# [Requirement]
Transcribe the listing from its top line through the line with "#55=IFCPRODUCTDEFINITIONSHAPE($,$,(#54));". Keep it exact, both ends included, and add nothing.

# [Study material]
------------------------------------------------------------

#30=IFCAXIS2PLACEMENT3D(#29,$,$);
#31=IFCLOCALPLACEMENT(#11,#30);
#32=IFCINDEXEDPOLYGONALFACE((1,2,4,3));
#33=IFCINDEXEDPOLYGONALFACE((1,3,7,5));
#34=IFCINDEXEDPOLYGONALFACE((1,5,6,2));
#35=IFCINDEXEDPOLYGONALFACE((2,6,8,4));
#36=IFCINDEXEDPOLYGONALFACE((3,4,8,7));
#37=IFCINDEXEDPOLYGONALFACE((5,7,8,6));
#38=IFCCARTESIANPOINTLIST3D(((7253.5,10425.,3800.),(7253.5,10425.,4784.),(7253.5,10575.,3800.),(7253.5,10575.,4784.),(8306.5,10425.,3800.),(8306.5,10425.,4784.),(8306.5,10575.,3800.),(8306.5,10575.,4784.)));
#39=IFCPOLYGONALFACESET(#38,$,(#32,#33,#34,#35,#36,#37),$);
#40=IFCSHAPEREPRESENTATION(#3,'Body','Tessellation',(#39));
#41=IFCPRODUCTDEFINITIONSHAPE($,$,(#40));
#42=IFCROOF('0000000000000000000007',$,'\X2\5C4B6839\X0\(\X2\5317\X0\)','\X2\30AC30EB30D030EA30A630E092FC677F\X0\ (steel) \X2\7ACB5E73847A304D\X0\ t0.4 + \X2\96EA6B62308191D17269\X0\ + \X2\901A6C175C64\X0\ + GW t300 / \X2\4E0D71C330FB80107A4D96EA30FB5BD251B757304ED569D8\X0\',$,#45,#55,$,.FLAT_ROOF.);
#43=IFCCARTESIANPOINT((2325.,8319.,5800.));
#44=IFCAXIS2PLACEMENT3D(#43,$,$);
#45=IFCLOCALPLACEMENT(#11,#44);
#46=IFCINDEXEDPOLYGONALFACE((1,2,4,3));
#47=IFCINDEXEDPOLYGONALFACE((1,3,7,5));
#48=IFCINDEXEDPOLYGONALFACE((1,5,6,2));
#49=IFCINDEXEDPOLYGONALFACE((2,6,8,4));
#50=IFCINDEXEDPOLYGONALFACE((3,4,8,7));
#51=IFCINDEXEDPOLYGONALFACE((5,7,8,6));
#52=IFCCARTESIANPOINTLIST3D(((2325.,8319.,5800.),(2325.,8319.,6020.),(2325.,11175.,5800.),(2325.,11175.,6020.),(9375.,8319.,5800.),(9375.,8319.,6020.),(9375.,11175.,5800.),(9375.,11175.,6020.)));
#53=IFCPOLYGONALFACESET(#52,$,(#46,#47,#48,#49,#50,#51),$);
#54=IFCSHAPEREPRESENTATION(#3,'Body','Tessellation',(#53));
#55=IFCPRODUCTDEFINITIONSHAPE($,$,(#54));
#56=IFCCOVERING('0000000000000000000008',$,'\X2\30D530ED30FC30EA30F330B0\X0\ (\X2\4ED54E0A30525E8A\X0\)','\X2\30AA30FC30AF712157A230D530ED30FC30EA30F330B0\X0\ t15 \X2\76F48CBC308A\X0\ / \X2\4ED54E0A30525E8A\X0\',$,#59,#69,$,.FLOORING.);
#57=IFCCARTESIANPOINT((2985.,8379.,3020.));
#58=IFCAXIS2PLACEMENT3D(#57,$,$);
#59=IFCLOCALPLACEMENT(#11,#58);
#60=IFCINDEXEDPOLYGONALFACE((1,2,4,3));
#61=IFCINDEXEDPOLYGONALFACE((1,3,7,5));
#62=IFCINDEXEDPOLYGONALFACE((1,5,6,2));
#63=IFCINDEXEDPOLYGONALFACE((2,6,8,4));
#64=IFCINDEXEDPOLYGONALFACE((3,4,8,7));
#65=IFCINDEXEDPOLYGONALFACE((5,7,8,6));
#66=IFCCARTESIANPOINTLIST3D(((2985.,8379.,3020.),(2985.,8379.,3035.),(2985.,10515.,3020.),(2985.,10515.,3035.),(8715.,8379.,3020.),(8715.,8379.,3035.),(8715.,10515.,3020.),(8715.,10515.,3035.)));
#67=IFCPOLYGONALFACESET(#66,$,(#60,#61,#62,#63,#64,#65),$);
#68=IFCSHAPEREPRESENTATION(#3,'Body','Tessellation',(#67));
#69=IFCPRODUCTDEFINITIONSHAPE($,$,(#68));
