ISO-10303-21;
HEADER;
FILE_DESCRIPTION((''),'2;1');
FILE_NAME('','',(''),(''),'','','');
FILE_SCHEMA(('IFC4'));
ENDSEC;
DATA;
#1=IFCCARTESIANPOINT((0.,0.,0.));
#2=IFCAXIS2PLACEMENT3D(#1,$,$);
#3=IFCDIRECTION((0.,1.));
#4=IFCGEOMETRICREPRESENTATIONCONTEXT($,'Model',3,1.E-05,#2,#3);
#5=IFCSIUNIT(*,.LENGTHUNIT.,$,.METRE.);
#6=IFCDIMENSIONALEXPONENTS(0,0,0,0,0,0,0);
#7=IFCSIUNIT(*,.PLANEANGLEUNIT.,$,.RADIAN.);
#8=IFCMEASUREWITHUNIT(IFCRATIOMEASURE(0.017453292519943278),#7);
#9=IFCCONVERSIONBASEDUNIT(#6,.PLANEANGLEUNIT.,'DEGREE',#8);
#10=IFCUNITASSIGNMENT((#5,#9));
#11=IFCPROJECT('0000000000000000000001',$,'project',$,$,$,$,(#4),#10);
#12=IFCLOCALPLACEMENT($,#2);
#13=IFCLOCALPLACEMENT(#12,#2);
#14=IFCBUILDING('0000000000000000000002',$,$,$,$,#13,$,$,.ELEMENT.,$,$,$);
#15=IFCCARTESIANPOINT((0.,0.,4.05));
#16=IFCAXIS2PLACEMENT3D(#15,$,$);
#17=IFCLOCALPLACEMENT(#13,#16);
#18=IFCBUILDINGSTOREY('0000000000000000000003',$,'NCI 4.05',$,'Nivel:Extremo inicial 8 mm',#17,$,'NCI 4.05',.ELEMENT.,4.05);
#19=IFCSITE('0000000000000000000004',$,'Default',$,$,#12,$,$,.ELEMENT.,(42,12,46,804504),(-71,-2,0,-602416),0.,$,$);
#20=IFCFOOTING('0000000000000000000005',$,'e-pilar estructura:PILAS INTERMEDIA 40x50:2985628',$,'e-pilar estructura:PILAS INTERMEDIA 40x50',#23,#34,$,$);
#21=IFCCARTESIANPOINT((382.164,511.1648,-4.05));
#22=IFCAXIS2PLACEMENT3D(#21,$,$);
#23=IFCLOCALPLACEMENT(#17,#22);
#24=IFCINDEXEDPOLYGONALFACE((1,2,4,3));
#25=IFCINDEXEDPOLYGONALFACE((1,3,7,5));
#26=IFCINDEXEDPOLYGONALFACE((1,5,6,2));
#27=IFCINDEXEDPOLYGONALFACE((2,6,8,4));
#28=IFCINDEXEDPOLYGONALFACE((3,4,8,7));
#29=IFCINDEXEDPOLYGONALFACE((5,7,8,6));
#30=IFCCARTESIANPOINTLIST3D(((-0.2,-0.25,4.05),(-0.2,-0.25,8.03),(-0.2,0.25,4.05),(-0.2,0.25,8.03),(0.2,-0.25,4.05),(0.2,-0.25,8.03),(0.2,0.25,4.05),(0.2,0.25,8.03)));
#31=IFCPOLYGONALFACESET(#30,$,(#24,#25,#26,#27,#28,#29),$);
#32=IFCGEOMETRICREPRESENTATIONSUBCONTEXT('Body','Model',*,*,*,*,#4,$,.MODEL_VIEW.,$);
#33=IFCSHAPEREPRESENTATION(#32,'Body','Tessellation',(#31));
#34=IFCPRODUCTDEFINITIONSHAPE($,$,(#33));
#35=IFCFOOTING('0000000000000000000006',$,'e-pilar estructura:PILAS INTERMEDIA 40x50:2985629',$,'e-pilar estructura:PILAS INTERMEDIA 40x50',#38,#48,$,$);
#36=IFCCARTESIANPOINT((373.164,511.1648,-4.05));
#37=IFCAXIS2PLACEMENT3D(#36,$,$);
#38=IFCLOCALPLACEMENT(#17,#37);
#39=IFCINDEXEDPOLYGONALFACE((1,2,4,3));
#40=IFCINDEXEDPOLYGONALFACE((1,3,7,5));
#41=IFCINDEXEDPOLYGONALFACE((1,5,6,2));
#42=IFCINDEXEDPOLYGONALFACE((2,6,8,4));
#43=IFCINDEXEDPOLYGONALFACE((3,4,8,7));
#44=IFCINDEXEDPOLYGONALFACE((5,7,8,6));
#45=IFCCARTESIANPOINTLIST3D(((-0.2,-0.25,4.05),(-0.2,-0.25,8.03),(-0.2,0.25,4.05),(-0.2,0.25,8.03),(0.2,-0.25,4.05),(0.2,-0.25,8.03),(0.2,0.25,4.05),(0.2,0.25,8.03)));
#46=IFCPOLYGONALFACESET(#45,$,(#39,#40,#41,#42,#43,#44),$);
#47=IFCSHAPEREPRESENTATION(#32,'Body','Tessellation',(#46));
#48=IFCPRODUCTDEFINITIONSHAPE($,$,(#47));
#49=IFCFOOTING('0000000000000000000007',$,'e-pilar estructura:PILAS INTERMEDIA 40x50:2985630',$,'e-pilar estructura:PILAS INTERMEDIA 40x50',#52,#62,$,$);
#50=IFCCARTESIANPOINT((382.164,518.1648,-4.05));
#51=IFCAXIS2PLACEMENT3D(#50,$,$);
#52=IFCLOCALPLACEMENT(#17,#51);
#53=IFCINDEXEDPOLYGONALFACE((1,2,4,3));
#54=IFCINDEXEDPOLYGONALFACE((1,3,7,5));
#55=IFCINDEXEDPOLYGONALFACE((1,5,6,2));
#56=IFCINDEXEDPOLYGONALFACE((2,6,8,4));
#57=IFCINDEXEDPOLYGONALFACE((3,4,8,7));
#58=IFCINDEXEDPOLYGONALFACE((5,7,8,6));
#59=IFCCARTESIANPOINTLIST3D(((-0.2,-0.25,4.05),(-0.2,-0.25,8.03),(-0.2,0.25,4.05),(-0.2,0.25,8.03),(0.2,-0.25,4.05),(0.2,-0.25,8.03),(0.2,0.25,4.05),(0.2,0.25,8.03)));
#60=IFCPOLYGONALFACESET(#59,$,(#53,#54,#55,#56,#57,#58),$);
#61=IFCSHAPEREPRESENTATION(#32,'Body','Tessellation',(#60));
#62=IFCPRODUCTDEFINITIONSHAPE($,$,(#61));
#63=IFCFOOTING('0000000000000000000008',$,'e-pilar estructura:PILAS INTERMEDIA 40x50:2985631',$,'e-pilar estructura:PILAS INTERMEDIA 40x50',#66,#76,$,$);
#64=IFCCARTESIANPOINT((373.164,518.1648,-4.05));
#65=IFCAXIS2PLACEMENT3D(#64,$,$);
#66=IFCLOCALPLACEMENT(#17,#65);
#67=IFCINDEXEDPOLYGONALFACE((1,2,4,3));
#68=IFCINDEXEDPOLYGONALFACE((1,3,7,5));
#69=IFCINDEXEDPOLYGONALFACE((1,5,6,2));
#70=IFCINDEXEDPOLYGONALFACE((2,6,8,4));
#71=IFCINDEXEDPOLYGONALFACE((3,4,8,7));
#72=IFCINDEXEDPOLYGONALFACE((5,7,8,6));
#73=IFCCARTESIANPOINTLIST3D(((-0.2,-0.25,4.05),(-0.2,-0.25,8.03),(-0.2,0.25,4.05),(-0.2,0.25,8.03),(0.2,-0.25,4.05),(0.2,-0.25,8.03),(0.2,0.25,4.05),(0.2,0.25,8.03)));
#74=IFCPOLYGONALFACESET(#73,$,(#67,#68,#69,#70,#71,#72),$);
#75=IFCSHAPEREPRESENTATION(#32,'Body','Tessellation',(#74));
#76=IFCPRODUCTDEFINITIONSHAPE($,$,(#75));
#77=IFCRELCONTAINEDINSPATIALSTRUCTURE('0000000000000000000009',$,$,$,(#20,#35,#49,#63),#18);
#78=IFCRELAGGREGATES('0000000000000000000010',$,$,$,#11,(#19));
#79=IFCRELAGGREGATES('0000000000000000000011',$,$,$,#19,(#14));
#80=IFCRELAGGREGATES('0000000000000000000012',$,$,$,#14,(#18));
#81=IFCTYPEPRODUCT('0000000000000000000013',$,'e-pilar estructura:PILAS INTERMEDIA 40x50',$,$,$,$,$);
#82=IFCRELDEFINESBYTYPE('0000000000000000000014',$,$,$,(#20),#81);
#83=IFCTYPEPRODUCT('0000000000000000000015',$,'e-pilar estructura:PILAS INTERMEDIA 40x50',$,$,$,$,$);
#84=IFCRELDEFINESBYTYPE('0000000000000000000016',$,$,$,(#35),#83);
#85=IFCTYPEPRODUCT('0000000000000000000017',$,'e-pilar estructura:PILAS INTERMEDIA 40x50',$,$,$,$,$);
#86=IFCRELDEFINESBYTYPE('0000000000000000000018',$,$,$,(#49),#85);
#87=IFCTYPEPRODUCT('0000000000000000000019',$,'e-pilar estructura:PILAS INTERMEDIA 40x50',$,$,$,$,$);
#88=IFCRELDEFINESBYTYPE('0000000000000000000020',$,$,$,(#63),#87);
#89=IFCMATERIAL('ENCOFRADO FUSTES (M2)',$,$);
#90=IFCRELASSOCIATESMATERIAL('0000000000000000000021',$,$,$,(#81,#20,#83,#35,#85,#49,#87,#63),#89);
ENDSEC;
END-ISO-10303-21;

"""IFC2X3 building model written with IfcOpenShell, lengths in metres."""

from ifc_helpers import new_model, entity, si_unit, converted_unit, direction, frame, origin, origin_2d_with_axis, place, context, subcontext, project, spatial, rectangle, extrude, source, transform, mapped, material, type_object, type_shapes, element, save


model = new_model("IFC2X3")

# Units and contexts
model_context = context("Model", 3, precision=1e-05, world=origin(), true_north=direction((0.0, 1.0)))
body_context = subcontext(model_context, "Body", "Model", "MODEL_VIEW")
ifc_project = project(units=[si_unit("LENGTHUNIT", "METRE"), converted_unit("PLANEANGLEUNIT", "DEGREE", entity("IfcRatioMeasure", 0.017453292519943278), si_unit("PLANEANGLEUNIT", "RADIAN"), dimensions=[0, 0, 0, 0, 0, 0, 0])], contexts=[model_context])

# Site, building, storey
site_placement = place(None, origin())
site = spatial("IfcSite", under=ifc_project, at=site_placement, Name="Default", CompositionType="ELEMENT", RefLatitude=(42, 12, 46, 804504), RefLongitude=(-71, -2, 0, -602416), RefElevation=0.0)
building_placement = place(site_placement, origin())
building = spatial("IfcBuilding", under=site, at=building_placement, CompositionType="ELEMENT")
storey_placement = place(building_placement, frame((0.0, 0.0, 4.05)))
storey = spatial("IfcBuildingStorey", under=building, at=storey_placement, Name="NCI 4.05", ObjectType="Nivel:Extremo inicial 8 mm", LongName="NCI 4.05", CompositionType="ELEMENT", Elevation=4.05)

# Footings
ifc_material_1 = material(Name="ENCOFRADO FUSTES (M2)")
type_product_1 = type_object("IfcTypeProduct", Name="e-pilar estructura:PILAS INTERMEDIA 40x50", material=ifc_material_1)
shared_shape_1 = source(origin(), body_context, "Body", "SweptSolid", [
    extrude(rectangle(XDim=0.5, YDim=0.4, at=origin_2d_with_axis()), frame((0.0, 0.0, 4.05), z_axis=(0.0, 0.0, 1.0), x_axis=(0.0, 1.0, 0.0)), (0.0, 0.0, 1.0), 3.98),
])
type_shapes(type_product_1, [shared_shape_1])
footing_1_placement = place(storey_placement, frame((382.164, 511.1648, -4.05)))
element("IfcFooting", 1, at=footing_1_placement, inside=storey, type_object=type_product_1, material=ifc_material_1, Name="e-pilar estructura:PILAS INTERMEDIA 40x50:2985628", ObjectType="e-pilar estructura:PILAS INTERMEDIA 40x50", context=body_context, shape_type="MappedRepresentation", body=[
    mapped(shared_shape_1, transform((0.0, 0.0, 0.0), scale=1.0)),
])
type_product_2 = type_object("IfcTypeProduct", Name="e-pilar estructura:PILAS INTERMEDIA 40x50", material=ifc_material_1)
shared_shape_2 = source(origin(), body_context, "Body", "SweptSolid", [
    extrude(rectangle(XDim=0.5, YDim=0.4, at=origin_2d_with_axis()), frame((0.0, 0.0, 4.05), z_axis=(0.0, 0.0, 1.0), x_axis=(0.0, 1.0, 0.0)), (0.0, 0.0, 1.0), 3.98),
])
type_shapes(type_product_2, [shared_shape_2])
footing_2_placement = place(storey_placement, frame((373.164, 511.1648, -4.05)))
element("IfcFooting", 2, at=footing_2_placement, inside=storey, type_object=type_product_2, material=ifc_material_1, Name="e-pilar estructura:PILAS INTERMEDIA 40x50:2985629", ObjectType="e-pilar estructura:PILAS INTERMEDIA 40x50", context=body_context, shape_type="MappedRepresentation", body=[
    mapped(shared_shape_2, transform((0.0, 0.0, 0.0), scale=1.0)),
])
type_product_3 = type_object("IfcTypeProduct", Name="e-pilar estructura:PILAS INTERMEDIA 40x50", material=ifc_material_1)
shared_shape_3 = source(origin(), body_context, "Body", "SweptSolid", [
    extrude(rectangle(XDim=0.5, YDim=0.4, at=origin_2d_with_axis()), frame((0.0, 0.0, 4.05), z_axis=(0.0, 0.0, 1.0), x_axis=(0.0, 1.0, 0.0)), (0.0, 0.0, 1.0), 3.98),
])
type_shapes(type_product_3, [shared_shape_3])
footing_3_placement = place(storey_placement, frame((382.164, 518.1648, -4.05)))
element("IfcFooting", 3, at=footing_3_placement, inside=storey, type_object=type_product_3, material=ifc_material_1, Name="e-pilar estructura:PILAS INTERMEDIA 40x50:2985630", ObjectType="e-pilar estructura:PILAS INTERMEDIA 40x50", context=body_context, shape_type="MappedRepresentation", body=[
    mapped(shared_shape_3, transform((0.0, 0.0, 0.0), scale=1.0)),
])
type_product_4 = type_object("IfcTypeProduct", Name="e-pilar estructura:PILAS INTERMEDIA 40x50", material=ifc_material_1)
shared_shape_4 = source(origin(), body_context, "Body", "SweptSolid", [
    extrude(rectangle(XDim=0.5, YDim=0.4, at=origin_2d_with_axis()), frame((0.0, 0.0, 4.05), z_axis=(0.0, 0.0, 1.0), x_axis=(0.0, 1.0, 0.0)), (0.0, 0.0, 1.0), 3.98),
])
type_shapes(type_product_4, [shared_shape_4])
footing_4_placement = place(storey_placement, frame((373.164, 518.1648, -4.05)))
element("IfcFooting", 4, at=footing_4_placement, inside=storey, type_object=type_product_4, material=ifc_material_1, Name="e-pilar estructura:PILAS INTERMEDIA 40x50:2985631", ObjectType="e-pilar estructura:PILAS INTERMEDIA 40x50", context=body_context, shape_type="MappedRepresentation", body=[
    mapped(shared_shape_4, transform((0.0, 0.0, 0.0), scale=1.0)),
])

save(model, "model.ifc")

------------------------------------------------------------

# [Exercise output]
#30=IFCAXIS2PLACEMENT3D(#29,$,$);
#31=IFCLOCALPLACEMENT(#11,#30);
#32=IFCINDEXEDPOLYGONALFACE((1,2,4,3));
#33=IFCINDEXEDPOLYGONALFACE((1,3,7,5));
#34=IFCINDEXEDPOLYGONALFACE((1,5,6,2));
#35=IFCINDEXEDPOLYGONALFACE((2,6,8,4));
#36=IFCINDEXEDPOLYGONALFACE((3,4,8,7));
#37=IFCINDEXEDPOLYGONALFACE((5,7,8,6));
#38=IFCCARTESIANPOINTLIST3D(((7253.5,10425.,3800.),(7253.5,10425.,4784.),(7253.5,10575.,3800.),(7253.5,10575.,4784.),(8306.5,10425.,3800.),(8306.5,10425.,4784.),(8306.5,10575.,3800.),(8306.5,10575.,4784.)));
#39=IFCPOLYGONALFACESET(#38,$,(#32,#33,#34,#35,#36,#37),$);
#40=IFCSHAPEREPRESENTATION(#3,'Body','Tessellation',(#39));
#41=IFCPRODUCTDEFINITIONSHAPE($,$,(#40));
#42=IFCROOF('0000000000000000000007',$,'\X2\5C4B6839\X0\(\X2\5317\X0\)','\X2\30AC30EB30D030EA30A630E092FC677F\X0\ (steel) \X2\7ACB5E73847A304D\X0\ t0.4 + \X2\96EA6B62308191D17269\X0\ + \X2\901A6C175C64\X0\ + GW t300 / \X2\4E0D71C330FB80107A4D96EA30FB5BD251B757304ED569D8\X0\',$,#45,#55,$,.FLAT_ROOF.);
#43=IFCCARTESIANPOINT((2325.,8319.,5800.));
#44=IFCAXIS2PLACEMENT3D(#43,$,$);
#45=IFCLOCALPLACEMENT(#11,#44);
#46=IFCINDEXEDPOLYGONALFACE((1,2,4,3));
#47=IFCINDEXEDPOLYGONALFACE((1,3,7,5));
#48=IFCINDEXEDPOLYGONALFACE((1,5,6,2));
#49=IFCINDEXEDPOLYGONALFACE((2,6,8,4));
#50=IFCINDEXEDPOLYGONALFACE((3,4,8,7));
#51=IFCINDEXEDPOLYGONALFACE((5,7,8,6));
#52=IFCCARTESIANPOINTLIST3D(((2325.,8319.,5800.),(2325.,8319.,6020.),(2325.,11175.,5800.),(2325.,11175.,6020.),(9375.,8319.,5800.),(9375.,8319.,6020.),(9375.,11175.,5800.),(9375.,11175.,6020.)));
#53=IFCPOLYGONALFACESET(#52,$,(#46,#47,#48,#49,#50,#51),$);
#54=IFCSHAPEREPRESENTATION(#3,'Body','Tessellation',(#53));
#55=IFCPRODUCTDEFINITIONSHAPE($,$,(#54));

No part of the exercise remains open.